_PROBLEM STATEMENT_
Search the records for the string "their", and show each line where it appears.

_Data excerpts_
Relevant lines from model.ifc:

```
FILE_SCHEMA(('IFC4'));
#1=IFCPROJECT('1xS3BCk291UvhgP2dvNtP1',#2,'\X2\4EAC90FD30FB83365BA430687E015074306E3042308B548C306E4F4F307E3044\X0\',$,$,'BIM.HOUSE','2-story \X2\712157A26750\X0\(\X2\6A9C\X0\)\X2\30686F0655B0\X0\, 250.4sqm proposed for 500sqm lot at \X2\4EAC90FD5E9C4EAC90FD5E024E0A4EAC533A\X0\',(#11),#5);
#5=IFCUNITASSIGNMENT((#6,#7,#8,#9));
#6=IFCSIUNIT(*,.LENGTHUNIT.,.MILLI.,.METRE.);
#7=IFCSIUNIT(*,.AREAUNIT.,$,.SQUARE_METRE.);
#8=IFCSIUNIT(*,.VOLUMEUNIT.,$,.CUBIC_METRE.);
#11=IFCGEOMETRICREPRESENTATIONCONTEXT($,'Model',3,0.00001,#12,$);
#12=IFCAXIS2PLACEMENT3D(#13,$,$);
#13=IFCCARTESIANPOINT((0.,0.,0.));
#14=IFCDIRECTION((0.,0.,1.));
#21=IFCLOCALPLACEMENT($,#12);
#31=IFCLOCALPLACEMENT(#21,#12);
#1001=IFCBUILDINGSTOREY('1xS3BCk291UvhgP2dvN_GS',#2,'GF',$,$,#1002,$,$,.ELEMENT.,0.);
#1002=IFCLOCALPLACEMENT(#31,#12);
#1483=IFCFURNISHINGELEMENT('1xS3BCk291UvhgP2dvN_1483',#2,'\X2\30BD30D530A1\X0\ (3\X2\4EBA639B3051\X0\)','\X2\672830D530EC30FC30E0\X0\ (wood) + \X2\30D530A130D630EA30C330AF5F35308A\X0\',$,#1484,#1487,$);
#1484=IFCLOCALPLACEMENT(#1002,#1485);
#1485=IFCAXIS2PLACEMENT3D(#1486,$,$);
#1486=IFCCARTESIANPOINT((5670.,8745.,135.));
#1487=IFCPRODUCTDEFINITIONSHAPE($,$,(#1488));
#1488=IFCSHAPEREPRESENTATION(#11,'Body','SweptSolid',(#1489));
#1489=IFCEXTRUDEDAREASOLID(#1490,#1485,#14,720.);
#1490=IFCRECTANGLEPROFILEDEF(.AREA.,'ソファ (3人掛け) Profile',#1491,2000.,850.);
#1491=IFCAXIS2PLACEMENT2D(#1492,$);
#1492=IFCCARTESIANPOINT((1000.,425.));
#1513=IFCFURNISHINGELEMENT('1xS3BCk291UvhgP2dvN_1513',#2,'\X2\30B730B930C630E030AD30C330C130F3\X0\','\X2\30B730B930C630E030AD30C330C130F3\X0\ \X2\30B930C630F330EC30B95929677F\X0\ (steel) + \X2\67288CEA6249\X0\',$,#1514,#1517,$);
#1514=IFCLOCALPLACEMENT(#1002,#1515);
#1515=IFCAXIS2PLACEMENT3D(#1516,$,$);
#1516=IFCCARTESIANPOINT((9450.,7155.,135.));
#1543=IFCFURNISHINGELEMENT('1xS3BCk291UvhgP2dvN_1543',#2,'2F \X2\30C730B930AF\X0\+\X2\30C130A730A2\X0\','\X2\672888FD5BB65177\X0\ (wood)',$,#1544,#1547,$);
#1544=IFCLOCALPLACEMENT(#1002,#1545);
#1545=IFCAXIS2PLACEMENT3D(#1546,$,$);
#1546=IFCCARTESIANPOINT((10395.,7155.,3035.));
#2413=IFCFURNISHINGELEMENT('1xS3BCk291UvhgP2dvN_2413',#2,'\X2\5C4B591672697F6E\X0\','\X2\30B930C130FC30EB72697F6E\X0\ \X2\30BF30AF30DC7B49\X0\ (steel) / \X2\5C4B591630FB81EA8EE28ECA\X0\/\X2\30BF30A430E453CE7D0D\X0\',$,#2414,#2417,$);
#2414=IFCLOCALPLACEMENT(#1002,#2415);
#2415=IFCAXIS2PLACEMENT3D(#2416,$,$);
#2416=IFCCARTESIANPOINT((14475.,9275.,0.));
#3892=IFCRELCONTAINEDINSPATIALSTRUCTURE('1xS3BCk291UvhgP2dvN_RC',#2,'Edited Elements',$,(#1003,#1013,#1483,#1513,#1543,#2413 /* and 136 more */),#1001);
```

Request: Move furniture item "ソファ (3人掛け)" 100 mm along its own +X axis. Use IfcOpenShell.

```python
import ifcopenshell
import ifcopenshell.api.geometry
import ifcopenshell.util.placement
import ifcopenshell.util.unit

model = ifcopenshell.open("model.ifc")
unit_scale = ifcopenshell.util.unit.calculate_unit_scale(model)

item = model.by_guid("1xS3BCk291UvhgP2dvN_1483")
matrix = ifcopenshell.util.placement.get_local_placement(item.ObjectPlacement)
matrix[:3, 3] += matrix[:3, 0] * 0.1 / unit_scale
ifcopenshell.api.geometry.edit_object_placement(model, product=item, matrix=matrix, is_si=False)

print(ifcopenshell.util.placement.get_local_placement(item.ObjectPlacement).round(3) + 0.0)

model.write("model_rev.ifc")
```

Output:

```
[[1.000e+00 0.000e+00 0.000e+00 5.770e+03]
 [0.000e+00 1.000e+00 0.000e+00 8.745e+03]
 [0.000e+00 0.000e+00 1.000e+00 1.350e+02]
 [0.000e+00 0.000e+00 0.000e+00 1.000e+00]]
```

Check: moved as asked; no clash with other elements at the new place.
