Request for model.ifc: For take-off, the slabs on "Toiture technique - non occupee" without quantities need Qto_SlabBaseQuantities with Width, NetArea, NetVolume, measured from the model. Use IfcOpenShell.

First a look at what the model holds.

```python
import ifcopenshell
import ifcopenshell.util.element
import ifcopenshell.util.unit

model = ifcopenshell.open("model.ifc")
print(model.schema)
for unit_type in ("LENGTHUNIT", "AREAUNIT", "VOLUMEUNIT"):
    print(unit_type, ifcopenshell.util.unit.calculate_unit_scale(model, unit_type))
storey = next(s for s in model.by_type("IfcBuildingStorey") if s.Name == "Toiture technique - non occupee")
slabs = [e for e in ifcopenshell.util.element.get_decomposition(storey) if e.is_a("IfcSlab")]
for e in sorted(slabs, key=lambda e: e.id()):
    print(e.id(), e.is_a(), e.Name, list(ifcopenshell.util.element.get_psets(e, qtos_only=True)), sep=" | ")
```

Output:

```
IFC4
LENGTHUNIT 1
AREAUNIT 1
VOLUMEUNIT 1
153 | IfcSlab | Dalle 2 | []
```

```python
import ifcopenshell
import ifcopenshell.api.pset
import ifcopenshell.geom
import ifcopenshell.util.element
import ifcopenshell.util.shape
import ifcopenshell.util.unit

model = ifcopenshell.open("model.ifc")
unit_scale = ifcopenshell.util.unit.calculate_unit_scale(model)
area_scale = ifcopenshell.util.unit.calculate_unit_scale(model, "AREAUNIT")
volume_scale = ifcopenshell.util.unit.calculate_unit_scale(model, "VOLUMEUNIT")
settings = ifcopenshell.geom.settings()

storey = next(s for s in model.by_type("IfcBuildingStorey") if s.Name == "Toiture technique - non occupee")
slabs = [e for e in ifcopenshell.util.element.get_decomposition(storey) if e.is_a("IfcSlab")]

for e in sorted(slabs, key=lambda e: e.id()):
    if ifcopenshell.util.element.get_psets(e, qtos_only=True, should_inherit=False):
        continue
    # Geometry comes back in metres, in the element's own axes.
    shape = ifcopenshell.geom.create_shape(settings, e)
    values = {
        "Width": ifcopenshell.util.shape.get_z(shape.geometry) / unit_scale,
        "NetArea": ifcopenshell.util.shape.get_footprint_area(shape.geometry) / area_scale,
        "NetVolume": ifcopenshell.util.shape.get_volume(shape.geometry) / volume_scale,
    }
    qto = ifcopenshell.api.pset.add_qto(model, product=e, name="Qto_SlabBaseQuantities")
    ifcopenshell.api.pset.edit_qto(model, qto=qto, properties=values)
    print(e.id(), {k: round(v, 3) for k, v in values.items()})

model.write("model_updated.ifc")
```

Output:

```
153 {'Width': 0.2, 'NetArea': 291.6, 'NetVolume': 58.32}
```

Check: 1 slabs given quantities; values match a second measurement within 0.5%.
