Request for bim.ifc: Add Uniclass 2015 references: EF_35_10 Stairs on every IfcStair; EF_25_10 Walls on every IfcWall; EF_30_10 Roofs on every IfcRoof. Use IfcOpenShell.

First a look at what the model holds.

```python
import ifcopenshell

model = ifcopenshell.open("bim.ifc")
print(model.schema)
print("classifications:", [c.Name for c in model.by_type("IfcClassification")])
for ifc_class in ("IfcDoor", "IfcRoof", "IfcStair", "IfcWall", "IfcWindow"):
    print(ifc_class, len(model.by_type(ifc_class)))
```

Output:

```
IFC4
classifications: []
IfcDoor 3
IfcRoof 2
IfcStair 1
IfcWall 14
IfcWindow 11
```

```python
import ifcopenshell
import ifcopenshell.api.classification

model = ifcopenshell.open("bim.ifc")

system = ifcopenshell.api.classification.add_classification(model, classification="Uniclass 2015")

codes = {
    "IfcStair": ("EF_35_10", "Stairs"),
    "IfcWall": ("EF_25_10", "Walls"),
    "IfcRoof": ("EF_30_10", "Roofs"),
}
for ifc_class, (code, name) in codes.items():
    products = model.by_type(ifc_class)
    ifcopenshell.api.classification.add_reference(
        model, products=products, classification=system, identification=code, name=name
    )
    print(code, len(products))

model.write("bim_v2.ifc")
```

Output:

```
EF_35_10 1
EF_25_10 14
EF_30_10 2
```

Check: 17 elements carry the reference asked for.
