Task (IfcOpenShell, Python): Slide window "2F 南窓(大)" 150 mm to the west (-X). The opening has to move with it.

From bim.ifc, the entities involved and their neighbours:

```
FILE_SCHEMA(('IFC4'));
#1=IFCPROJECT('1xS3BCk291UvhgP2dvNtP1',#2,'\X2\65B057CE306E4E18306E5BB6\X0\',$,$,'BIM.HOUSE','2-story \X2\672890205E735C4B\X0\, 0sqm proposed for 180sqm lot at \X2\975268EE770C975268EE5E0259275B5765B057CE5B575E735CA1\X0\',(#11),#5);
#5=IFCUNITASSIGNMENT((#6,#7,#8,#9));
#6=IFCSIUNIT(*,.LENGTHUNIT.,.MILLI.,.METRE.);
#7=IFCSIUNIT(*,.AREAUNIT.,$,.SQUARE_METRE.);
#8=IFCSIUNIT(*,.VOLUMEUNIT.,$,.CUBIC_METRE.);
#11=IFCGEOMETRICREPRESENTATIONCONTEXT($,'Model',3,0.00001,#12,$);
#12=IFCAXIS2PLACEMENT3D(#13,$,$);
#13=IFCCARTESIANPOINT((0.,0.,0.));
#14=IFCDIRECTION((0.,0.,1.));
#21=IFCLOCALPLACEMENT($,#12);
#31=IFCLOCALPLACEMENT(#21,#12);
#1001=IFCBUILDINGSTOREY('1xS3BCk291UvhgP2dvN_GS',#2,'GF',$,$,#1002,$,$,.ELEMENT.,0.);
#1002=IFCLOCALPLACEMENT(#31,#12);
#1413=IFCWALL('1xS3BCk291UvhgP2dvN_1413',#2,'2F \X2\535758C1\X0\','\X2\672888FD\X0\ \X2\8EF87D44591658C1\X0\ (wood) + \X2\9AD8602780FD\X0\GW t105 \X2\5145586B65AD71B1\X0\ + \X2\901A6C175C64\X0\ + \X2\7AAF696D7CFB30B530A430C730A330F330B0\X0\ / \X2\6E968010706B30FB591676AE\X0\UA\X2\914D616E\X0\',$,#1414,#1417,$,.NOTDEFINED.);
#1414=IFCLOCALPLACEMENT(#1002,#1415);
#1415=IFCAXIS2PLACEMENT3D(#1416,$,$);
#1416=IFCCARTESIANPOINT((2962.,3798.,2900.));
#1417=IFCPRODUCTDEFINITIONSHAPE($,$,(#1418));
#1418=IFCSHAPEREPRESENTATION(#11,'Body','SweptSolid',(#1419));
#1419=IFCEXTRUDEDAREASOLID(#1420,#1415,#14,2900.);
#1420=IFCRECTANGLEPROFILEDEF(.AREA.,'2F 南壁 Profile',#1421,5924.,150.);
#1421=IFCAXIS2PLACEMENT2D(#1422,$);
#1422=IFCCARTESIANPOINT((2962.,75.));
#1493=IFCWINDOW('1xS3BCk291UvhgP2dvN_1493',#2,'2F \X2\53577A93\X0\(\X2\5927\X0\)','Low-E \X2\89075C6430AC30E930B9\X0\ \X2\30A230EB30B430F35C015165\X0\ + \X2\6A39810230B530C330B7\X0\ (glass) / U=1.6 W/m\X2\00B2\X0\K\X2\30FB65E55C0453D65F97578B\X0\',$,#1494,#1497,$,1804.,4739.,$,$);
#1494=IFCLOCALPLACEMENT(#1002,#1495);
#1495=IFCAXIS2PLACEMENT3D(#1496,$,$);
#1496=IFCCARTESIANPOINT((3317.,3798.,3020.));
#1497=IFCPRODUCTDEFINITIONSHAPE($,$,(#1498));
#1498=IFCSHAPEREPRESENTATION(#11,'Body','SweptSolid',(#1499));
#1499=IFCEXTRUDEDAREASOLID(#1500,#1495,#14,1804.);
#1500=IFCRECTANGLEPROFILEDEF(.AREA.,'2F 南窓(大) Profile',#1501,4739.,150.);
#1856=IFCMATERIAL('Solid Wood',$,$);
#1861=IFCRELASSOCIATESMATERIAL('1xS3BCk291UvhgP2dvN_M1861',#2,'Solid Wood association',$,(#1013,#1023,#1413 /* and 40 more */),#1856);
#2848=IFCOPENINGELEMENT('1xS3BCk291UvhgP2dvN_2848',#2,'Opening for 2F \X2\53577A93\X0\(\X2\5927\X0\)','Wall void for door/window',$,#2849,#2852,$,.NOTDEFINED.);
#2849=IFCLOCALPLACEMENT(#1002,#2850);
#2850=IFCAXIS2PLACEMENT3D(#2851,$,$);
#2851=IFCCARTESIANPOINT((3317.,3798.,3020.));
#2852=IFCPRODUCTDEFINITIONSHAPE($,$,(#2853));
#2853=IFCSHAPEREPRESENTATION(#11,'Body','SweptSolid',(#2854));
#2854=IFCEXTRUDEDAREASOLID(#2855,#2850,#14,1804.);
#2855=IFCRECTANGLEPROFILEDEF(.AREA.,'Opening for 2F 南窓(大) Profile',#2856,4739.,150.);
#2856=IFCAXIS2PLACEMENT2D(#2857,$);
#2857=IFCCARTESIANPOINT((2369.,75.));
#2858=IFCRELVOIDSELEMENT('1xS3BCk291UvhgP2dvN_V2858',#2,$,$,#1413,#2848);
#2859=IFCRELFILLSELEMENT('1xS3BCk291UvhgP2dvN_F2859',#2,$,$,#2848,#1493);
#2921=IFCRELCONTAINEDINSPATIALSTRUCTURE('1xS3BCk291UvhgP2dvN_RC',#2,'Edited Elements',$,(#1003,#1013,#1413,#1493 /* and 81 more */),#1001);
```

```python
import ifcopenshell
import ifcopenshell.api.geometry
import ifcopenshell.util.placement
import ifcopenshell.util.unit

model = ifcopenshell.open("bim.ifc")
unit_scale = ifcopenshell.util.unit.calculate_unit_scale(model)

window = model.by_id(1493)
opening = window.FillsVoids[0].RelatingOpeningElement
wall = opening.VoidsElements[0].RelatingBuildingElement

wall_matrix = ifcopenshell.util.placement.get_local_placement(wall.ObjectPlacement)
shift = wall_matrix[:3, 0] * -0.15 / unit_scale
before = ifcopenshell.util.placement.get_local_placement(window.ObjectPlacement)[:3, 3].copy()

# The window is not placed relative to its opening, so move both.
for product in (opening, window):
    matrix = ifcopenshell.util.placement.get_local_placement(product.ObjectPlacement)
    matrix[:3, 3] += shift
    ifcopenshell.api.geometry.edit_object_placement(model, product=product, matrix=matrix, is_si=False)

after = ifcopenshell.util.placement.get_local_placement(window.ObjectPlacement)[:3, 3]
print("window moved by", (after - before).round(3) + 0.0)

model.write("bim_edited.ifc")
```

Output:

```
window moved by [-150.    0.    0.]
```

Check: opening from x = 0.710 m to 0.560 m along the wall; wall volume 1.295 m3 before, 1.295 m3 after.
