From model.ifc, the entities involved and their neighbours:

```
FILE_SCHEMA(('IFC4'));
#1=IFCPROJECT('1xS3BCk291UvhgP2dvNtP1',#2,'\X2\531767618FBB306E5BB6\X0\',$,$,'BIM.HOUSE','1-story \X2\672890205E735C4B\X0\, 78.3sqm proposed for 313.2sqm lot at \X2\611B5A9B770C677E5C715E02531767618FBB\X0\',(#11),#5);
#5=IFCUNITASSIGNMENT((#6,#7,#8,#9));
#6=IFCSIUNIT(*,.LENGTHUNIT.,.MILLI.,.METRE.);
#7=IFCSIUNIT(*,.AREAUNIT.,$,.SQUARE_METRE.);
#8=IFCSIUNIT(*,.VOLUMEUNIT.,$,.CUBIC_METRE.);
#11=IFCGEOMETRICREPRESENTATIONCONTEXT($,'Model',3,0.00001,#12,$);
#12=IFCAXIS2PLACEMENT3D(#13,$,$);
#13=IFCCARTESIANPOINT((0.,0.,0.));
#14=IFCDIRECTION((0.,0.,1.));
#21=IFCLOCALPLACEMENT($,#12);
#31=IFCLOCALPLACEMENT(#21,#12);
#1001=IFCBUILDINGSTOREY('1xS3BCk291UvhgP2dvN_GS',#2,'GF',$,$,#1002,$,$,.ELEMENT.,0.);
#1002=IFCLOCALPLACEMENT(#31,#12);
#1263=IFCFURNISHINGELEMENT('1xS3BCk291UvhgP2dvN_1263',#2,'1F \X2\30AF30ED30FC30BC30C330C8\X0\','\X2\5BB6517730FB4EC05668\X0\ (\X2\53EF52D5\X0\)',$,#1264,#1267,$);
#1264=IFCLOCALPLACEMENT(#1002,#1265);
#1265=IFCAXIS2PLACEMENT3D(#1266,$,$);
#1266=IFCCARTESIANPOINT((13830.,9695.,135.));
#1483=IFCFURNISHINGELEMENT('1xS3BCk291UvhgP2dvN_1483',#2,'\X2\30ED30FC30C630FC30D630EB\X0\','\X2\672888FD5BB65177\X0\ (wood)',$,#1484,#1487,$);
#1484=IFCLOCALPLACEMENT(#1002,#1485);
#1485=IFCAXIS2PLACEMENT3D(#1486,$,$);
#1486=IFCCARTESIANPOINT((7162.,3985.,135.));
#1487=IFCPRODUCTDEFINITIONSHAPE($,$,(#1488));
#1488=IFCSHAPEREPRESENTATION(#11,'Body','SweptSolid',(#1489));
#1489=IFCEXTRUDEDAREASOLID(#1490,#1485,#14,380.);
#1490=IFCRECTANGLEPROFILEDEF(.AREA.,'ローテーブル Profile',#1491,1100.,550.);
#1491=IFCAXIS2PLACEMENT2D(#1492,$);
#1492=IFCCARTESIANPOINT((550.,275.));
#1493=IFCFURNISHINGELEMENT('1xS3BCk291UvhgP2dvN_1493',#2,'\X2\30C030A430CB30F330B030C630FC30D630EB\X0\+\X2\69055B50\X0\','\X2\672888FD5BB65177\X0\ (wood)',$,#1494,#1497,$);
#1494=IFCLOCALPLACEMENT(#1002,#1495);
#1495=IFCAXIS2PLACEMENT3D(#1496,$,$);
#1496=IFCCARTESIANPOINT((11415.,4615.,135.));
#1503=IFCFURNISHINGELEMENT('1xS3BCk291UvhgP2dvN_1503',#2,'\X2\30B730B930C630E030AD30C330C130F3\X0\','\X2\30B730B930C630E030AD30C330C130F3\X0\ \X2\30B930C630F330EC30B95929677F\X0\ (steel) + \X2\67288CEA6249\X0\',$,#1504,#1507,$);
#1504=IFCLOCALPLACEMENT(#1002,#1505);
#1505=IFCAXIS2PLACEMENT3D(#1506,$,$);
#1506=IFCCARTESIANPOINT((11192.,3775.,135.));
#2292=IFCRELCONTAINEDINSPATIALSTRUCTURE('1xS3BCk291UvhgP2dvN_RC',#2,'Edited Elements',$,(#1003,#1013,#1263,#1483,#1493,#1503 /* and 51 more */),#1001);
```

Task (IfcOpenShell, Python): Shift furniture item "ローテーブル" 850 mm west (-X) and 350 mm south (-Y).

```python
import ifcopenshell
import ifcopenshell.api.geometry
import ifcopenshell.util.placement

model = ifcopenshell.open("model.ifc")

item = model.by_guid("1xS3BCk291UvhgP2dvN_1483")
matrix = ifcopenshell.util.placement.get_local_placement(item.ObjectPlacement)
matrix[0, 3] -= 850.0
matrix[1, 3] -= 350.0
ifcopenshell.api.geometry.edit_object_placement(model, product=item, matrix=matrix, is_si=False)

print(ifcopenshell.util.placement.get_local_placement(item.ObjectPlacement).round(3) + 0.0)

model.write("model-out.ifc")
```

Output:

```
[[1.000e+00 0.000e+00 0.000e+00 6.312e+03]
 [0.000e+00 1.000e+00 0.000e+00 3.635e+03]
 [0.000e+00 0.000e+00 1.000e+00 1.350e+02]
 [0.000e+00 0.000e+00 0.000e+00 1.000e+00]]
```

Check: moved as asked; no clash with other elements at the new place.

_SOLUTION_
From bim.ifc, the entities involved and their neighbours:
From model.ifc, the entities involved and their neighbours:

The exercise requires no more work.